Als ich kein Kind war

- mit verzweilfelter Bestürzung ansehen mußte, wie die Mama sich vom Paulus
zum Saulus wandelnd, die politische Richtung dem Retro-Design anpassend, in
alte Kolonialzeiten verfiel. Durch die Nachrichten über die zukünftige
Verteilung der Beute angeregt, drängte sich zynisch die Frage auf, ob die
Sklaverei nun auch wieder das Mittel der Wahl sei, um einen vernüftigen
Verwendungszweck des - natürlich gereinigten - frisch eroberten humangenetischen
Materials zu finden.



Als ich kein Kind war

- fragte ich mich, ob alles so passieren wird, wie in den vielen Prophezeiungen
beschrieben.
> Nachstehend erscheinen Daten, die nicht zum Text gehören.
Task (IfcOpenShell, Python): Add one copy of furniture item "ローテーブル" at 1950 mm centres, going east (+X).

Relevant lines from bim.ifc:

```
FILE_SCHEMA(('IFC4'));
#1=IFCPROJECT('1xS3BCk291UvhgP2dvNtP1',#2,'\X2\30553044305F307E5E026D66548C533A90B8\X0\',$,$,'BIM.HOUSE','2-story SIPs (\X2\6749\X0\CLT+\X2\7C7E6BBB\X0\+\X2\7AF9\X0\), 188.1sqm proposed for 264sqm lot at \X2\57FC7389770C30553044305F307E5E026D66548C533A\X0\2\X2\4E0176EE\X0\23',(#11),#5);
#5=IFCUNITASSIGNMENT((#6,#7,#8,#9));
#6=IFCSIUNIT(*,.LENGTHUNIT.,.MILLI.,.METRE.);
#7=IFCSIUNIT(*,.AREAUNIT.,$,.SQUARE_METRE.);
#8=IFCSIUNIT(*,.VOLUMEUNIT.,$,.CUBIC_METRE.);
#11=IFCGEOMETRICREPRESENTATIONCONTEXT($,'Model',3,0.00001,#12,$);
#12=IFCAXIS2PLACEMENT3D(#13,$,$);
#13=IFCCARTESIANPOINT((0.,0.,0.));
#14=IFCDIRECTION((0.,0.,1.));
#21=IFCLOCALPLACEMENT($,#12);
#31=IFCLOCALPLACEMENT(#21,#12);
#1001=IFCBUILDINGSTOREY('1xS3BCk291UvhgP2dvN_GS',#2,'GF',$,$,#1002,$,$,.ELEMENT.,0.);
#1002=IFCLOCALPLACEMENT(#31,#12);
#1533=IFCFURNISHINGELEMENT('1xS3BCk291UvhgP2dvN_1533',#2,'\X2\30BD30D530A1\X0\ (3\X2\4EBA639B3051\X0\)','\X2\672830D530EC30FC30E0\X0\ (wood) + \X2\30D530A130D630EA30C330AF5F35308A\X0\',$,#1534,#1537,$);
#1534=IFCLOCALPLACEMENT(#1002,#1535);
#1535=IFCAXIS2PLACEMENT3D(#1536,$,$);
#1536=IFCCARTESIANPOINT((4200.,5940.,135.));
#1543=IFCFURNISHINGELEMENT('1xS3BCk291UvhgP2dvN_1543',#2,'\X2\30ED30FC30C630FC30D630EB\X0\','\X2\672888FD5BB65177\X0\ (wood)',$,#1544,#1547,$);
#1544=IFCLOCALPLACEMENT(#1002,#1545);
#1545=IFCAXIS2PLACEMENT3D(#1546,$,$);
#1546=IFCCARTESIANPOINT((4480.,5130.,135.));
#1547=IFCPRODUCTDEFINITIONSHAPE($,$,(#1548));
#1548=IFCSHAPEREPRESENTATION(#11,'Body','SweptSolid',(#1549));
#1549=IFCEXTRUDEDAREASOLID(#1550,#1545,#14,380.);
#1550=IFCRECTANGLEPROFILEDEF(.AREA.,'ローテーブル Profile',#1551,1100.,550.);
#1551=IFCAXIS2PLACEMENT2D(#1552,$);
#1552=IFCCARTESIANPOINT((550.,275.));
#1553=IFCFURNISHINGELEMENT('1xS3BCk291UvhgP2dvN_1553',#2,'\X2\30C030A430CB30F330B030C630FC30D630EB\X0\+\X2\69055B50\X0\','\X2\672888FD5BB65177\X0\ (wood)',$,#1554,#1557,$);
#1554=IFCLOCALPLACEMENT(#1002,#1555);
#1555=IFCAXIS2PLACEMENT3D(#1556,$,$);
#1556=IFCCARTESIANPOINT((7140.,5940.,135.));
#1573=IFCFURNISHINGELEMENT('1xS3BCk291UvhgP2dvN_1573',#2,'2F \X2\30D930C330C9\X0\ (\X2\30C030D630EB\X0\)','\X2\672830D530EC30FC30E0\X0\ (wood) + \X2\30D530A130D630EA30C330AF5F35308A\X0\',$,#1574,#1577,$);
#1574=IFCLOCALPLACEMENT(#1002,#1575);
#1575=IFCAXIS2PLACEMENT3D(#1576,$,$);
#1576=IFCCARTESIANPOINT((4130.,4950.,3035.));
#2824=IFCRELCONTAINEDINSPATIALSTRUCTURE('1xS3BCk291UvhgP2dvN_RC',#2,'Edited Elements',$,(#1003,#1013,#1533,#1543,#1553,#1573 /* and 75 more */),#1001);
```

```python
import numpy as np
import ifcopenshell
import ifcopenshell.api.geometry
import ifcopenshell.api.root
import ifcopenshell.util.element
import ifcopenshell.util.placement

model = ifcopenshell.open("bim.ifc")


def reuse_history(source, copy):
    """copy_class also copies each property set's owner history, people and application; keep the originals."""
    for rel in copy.IsDefinedBy:
        if rel.is_a("IfcRelDefinesByProperties") and (history := rel.RelatingPropertyDefinition.OwnerHistory):
            rel.RelatingPropertyDefinition.OwnerHistory = source.OwnerHistory
            ifcopenshell.util.element.remove_deep2(model, history)


source = model.by_id(1543)
base = ifcopenshell.util.placement.get_local_placement(source.ObjectPlacement)
step = np.array([1.0, 0.0, 0.0]) * 1950.0

for i in range(1, 2):
    copy = ifcopenshell.api.root.copy_class(model, product=source)
    copy.Representation = ifcopenshell.util.element.copy_deep(
        model, source.Representation, exclude=["IfcGeometricRepresentationContext", "IfcRepresentationMap"]
    )
    reuse_history(source, copy)
    matrix = base.copy()
    matrix[:3, 3] += i * step
    print("added at", matrix[:3, 3].round(3) + 0.0)
    ifcopenshell.api.geometry.edit_object_placement(model, product=copy, matrix=matrix, is_si=False)

model.write("bim_updated.ifc")
```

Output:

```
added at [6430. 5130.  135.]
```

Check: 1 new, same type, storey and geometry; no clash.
Machte im Geiste einen Haken an die Checkliste der Apokalypse und
fragte mich, was ich - wenn sich unsere Gegenwart in den Plusquamperfekt verzogen
hätte und falls ich alles er- und überleben sollte - also, was ich sagen könnte,
wenn mich ein Kind in unserer Wohnhöhle am Feuer sitzend fragen würde:



"Warum habt ihr es denn nicht verhindert?"



Und jetzt in dieser Höhle, bei dem Blick in die traurigen Kinderaugen, füllen
sich die Augen mit einer schuldigen - einer mitschuldigen - Feuchte und ich weiß,
daß keine Anstrengung zu groß hätten sein dürfen, anstatt damals zwar ausreichend
empört über den kriegerischen Akt, aber trotzdem Scheuklappen tragend den eigenen
Dingen zugewandt gewesen zu sein.



Wie hätten wir es verhindern können?
Wie hätten 6 Milliarden Individuen es verhindern können?